» Assigned task:
Which lines in the data below contain the word "Panel"? Copy each of them.

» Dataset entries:
((

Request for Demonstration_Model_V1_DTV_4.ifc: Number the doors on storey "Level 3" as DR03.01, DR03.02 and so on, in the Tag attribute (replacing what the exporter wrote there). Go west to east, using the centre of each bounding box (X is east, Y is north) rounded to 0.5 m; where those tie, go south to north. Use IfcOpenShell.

First a look at what the model holds.

```python
import ifcopenshell
import ifcopenshell.util.element
import ifcopenshell.util.placement

model = ifcopenshell.open("Demonstration_Model_V1_DTV_4.ifc")
print(model.schema)
storey = next(s for s in model.by_type("IfcBuildingStorey") if s.Name == "Level 3")
doors = [e for e in ifcopenshell.util.element.get_decomposition(storey) if e.is_a("IfcDoor")]
for e in sorted(doors, key=lambda e: e.id()):
    origin = ifcopenshell.util.placement.get_local_placement(e.ObjectPlacement)[:3, 3]
    print(e.id(), e.Tag, e.Name, origin.round(2) + 0.0, sep=" | ")
```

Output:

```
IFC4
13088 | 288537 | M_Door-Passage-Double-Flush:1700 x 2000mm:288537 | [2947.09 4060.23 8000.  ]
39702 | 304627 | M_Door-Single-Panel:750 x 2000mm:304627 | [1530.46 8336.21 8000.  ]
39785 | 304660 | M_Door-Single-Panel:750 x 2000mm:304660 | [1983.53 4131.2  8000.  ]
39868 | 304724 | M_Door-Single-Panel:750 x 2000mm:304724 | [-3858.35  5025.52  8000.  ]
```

```python
import ifcopenshell
import ifcopenshell.geom
import ifcopenshell.util.element
import ifcopenshell.util.shape

model = ifcopenshell.open("Demonstration_Model_V1_DTV_4.ifc")
settings = ifcopenshell.geom.settings()
settings.set("use-world-coords", True)


def centre(element):
    shape = ifcopenshell.geom.create_shape(settings, element)
    return ifcopenshell.util.shape.get_bbox_centroid(shape.geometry)


storey = next(s for s in model.by_type("IfcBuildingStorey") if s.Name == "Level 3")
doors = [e for e in ifcopenshell.util.element.get_decomposition(storey) if e.is_a("IfcDoor")]

# Insertion points can sit at a corner or the storey origin, so sort by the geometry (in metres).
centres = {e: centre(e) for e in doors}
doors.sort(key=lambda e: (round(centres[e][0] / 0.5), centres[e][1]))

for i, e in enumerate(doors, start=1):
    number = f"DR03.{i:02d}"
    e.Tag = number
    print(e.id(), number)

model.write("Demonstration_Model_V1_DTV_4_rev.ifc")
```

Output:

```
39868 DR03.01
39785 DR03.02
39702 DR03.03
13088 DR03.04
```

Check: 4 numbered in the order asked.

))

» Your response:
39702 | 304627 | M_Door-Single-Panel:750 x 2000mm:304627 | [1530.46 8336.21 8000.  ]
39785 | 304660 | M_Door-Single-Panel:750 x 2000mm:304660 | [1983.53 4131.2  8000.  ]
39868 | 304724 | M_Door-Single-Panel:750 x 2000mm:304724 | [-3858.35  5025.52  8000.  ]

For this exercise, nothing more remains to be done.